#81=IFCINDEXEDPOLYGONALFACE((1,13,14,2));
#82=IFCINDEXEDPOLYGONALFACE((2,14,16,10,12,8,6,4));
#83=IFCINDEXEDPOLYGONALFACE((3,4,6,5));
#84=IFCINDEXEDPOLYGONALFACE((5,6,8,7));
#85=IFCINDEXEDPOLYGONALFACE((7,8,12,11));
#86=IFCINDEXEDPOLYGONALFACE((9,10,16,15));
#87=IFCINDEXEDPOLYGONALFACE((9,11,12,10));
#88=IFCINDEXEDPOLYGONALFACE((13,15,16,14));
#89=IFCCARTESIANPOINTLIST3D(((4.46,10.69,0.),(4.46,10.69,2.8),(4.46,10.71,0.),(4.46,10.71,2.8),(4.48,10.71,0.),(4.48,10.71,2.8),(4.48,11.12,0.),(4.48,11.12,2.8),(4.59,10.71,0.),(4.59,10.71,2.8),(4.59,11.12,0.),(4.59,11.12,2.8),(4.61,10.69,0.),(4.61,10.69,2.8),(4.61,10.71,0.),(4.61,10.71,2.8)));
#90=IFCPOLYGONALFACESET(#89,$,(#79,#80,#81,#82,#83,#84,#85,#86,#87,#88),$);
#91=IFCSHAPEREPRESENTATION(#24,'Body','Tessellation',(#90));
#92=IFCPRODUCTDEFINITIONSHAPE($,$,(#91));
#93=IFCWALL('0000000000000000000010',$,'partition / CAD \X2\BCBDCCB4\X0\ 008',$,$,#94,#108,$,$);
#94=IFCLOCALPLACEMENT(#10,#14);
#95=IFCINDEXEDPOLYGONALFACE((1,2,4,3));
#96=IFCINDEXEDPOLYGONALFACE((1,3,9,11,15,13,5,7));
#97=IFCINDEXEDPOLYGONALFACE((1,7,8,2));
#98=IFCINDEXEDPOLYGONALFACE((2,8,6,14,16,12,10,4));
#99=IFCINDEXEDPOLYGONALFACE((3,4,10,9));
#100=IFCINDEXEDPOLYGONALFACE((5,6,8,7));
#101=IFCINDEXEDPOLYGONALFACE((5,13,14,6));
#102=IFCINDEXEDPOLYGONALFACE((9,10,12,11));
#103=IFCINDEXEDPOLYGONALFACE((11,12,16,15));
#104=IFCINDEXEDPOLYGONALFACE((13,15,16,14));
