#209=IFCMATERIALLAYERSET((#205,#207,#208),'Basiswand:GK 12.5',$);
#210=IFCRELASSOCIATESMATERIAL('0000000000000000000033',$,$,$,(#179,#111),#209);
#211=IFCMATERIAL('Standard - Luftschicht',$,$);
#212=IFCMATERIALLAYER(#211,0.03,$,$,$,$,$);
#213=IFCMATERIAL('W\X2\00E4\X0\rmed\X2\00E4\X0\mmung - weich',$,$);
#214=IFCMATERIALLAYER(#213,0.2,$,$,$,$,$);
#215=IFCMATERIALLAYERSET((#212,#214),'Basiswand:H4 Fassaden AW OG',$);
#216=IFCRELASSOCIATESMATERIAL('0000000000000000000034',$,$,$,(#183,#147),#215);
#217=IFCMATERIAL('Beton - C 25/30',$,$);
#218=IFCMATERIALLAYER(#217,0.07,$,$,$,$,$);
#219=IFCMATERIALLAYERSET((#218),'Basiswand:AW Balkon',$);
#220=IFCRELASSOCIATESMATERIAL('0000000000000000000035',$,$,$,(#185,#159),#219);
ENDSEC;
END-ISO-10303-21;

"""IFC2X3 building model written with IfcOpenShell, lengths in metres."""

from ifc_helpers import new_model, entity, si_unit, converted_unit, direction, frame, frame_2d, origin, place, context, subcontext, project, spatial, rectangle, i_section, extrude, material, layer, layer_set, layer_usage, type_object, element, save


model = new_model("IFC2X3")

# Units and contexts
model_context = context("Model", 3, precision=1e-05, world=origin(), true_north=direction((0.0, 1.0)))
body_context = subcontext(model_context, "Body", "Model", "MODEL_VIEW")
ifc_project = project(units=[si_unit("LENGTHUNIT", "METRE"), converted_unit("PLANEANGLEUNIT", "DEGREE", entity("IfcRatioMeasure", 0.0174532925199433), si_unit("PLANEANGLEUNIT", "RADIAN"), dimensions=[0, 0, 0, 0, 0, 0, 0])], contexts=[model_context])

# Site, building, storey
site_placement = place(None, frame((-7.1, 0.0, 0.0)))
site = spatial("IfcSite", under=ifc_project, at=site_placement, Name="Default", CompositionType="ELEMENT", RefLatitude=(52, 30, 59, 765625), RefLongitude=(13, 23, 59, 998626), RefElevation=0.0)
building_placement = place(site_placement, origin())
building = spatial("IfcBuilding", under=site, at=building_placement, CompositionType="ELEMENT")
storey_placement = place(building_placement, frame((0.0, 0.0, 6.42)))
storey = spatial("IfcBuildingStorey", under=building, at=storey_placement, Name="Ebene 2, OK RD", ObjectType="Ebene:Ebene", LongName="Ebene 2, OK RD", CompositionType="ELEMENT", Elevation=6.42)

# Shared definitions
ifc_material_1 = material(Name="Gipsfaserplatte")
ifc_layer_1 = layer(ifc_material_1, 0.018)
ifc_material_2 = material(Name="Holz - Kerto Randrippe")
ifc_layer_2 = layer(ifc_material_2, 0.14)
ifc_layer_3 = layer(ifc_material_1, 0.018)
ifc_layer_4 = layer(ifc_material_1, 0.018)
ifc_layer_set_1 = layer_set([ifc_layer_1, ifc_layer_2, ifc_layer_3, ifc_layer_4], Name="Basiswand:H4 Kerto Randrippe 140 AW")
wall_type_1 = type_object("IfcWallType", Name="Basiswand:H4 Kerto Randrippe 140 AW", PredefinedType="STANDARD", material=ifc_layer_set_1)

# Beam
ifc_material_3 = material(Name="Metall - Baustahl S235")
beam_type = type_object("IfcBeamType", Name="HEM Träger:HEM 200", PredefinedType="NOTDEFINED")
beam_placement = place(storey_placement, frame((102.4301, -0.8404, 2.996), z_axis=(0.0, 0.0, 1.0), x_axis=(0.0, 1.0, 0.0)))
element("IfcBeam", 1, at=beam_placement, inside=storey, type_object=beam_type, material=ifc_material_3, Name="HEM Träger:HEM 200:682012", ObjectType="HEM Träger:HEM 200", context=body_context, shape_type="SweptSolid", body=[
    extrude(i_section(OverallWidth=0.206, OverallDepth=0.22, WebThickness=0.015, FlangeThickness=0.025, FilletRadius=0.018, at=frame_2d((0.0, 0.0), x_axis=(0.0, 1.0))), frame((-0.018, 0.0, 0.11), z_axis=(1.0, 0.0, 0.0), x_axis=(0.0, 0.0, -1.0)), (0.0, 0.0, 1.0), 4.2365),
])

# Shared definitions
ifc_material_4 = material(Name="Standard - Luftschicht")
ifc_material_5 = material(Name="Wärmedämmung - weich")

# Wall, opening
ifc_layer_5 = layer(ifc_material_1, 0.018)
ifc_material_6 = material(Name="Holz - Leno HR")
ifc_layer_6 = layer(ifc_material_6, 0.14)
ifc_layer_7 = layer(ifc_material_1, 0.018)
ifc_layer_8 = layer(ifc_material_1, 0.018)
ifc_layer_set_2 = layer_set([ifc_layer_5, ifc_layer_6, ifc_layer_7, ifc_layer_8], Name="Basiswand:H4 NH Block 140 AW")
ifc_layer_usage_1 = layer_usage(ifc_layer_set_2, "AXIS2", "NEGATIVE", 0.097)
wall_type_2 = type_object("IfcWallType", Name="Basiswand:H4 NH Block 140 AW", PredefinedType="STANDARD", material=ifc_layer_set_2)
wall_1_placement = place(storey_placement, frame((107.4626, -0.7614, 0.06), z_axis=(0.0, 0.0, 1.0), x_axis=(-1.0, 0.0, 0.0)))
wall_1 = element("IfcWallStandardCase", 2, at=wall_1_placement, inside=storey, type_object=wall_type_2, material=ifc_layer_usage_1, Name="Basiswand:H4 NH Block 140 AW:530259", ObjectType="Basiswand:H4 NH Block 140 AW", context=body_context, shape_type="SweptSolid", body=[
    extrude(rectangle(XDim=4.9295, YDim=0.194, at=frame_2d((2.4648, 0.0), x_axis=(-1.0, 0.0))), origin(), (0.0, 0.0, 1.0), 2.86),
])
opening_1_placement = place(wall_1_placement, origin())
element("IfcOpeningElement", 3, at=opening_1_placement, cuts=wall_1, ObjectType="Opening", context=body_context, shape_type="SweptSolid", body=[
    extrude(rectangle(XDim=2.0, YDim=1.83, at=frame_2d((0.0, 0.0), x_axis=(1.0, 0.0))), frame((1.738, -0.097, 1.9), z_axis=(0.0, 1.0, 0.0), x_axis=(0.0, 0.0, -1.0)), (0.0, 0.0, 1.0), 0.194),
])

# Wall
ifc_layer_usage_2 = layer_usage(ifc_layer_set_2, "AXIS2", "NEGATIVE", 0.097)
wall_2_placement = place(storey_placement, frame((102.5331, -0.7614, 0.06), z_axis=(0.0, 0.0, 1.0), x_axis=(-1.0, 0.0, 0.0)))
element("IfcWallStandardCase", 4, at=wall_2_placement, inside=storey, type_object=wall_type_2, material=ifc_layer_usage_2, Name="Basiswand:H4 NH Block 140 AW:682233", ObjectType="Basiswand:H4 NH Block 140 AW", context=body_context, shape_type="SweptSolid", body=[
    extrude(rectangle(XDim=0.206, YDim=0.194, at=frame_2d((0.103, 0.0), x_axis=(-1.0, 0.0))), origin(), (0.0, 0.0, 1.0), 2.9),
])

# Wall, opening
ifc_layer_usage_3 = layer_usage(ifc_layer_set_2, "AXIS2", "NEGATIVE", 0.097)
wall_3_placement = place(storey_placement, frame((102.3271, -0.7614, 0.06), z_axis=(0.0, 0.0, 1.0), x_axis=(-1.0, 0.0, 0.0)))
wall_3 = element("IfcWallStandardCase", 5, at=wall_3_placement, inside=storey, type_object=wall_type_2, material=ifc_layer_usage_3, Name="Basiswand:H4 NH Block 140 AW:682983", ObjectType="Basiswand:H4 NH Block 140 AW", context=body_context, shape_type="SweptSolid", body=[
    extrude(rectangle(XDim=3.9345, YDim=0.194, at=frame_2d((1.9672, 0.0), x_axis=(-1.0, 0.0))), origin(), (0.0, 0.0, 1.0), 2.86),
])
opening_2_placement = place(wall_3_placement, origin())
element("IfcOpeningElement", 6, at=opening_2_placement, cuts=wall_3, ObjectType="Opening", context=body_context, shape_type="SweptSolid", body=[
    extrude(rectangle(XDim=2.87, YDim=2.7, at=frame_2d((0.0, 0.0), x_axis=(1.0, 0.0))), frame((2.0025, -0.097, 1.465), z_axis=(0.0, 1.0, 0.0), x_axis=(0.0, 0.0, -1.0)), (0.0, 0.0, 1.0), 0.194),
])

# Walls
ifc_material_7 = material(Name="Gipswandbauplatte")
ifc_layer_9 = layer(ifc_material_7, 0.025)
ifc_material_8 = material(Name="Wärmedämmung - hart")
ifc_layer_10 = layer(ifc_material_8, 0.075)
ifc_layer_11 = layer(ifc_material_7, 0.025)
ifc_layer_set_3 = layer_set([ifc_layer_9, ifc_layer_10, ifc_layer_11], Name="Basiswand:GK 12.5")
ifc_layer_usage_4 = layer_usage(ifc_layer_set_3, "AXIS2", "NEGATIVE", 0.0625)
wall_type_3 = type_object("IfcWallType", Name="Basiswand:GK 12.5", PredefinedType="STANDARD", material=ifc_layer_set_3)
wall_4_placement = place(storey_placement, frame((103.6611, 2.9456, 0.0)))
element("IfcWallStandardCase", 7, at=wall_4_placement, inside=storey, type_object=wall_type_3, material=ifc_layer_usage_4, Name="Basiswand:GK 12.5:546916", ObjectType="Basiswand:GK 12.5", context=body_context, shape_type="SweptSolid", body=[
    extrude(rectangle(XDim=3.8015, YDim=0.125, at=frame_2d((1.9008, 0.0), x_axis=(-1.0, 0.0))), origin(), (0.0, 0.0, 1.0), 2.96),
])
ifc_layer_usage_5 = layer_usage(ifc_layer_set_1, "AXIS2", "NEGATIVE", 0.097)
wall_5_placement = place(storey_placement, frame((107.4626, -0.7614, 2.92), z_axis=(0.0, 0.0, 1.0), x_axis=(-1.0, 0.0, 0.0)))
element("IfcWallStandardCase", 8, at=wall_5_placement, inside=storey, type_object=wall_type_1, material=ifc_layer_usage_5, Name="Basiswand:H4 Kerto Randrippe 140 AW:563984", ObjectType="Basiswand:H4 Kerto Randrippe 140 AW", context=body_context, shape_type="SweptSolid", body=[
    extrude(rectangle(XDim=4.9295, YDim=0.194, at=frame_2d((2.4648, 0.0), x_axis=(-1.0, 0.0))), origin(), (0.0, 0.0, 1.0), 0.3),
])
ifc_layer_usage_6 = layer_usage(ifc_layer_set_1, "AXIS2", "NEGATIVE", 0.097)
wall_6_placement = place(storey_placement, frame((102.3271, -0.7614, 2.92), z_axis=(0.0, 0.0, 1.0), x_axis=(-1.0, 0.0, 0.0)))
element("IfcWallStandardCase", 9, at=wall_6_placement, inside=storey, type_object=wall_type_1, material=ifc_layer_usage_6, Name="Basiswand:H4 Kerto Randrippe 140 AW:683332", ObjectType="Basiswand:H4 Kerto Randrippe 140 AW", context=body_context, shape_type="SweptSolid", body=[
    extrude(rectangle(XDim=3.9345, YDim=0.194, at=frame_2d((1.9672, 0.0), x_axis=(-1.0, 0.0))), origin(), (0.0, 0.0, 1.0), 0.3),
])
*****
_ASSIGNMENT_
Give back the listing exactly, please, from its first line to the line containing "#86=IFCINDEXEDPOLYGONALFACE((9,10,16,15));", inclusive, and nothing past that line.

_OUTPUT_
#81=IFCINDEXEDPOLYGONALFACE((1,13,14,2));
#82=IFCINDEXEDPOLYGONALFACE((2,14,16,10,12,8,6,4));
#83=IFCINDEXEDPOLYGONALFACE((3,4,6,5));
#84=IFCINDEXEDPOLYGONALFACE((5,6,8,7));
#85=IFCINDEXEDPOLYGONALFACE((7,8,12,11));
#86=IFCINDEXEDPOLYGONALFACE((9,10,16,15));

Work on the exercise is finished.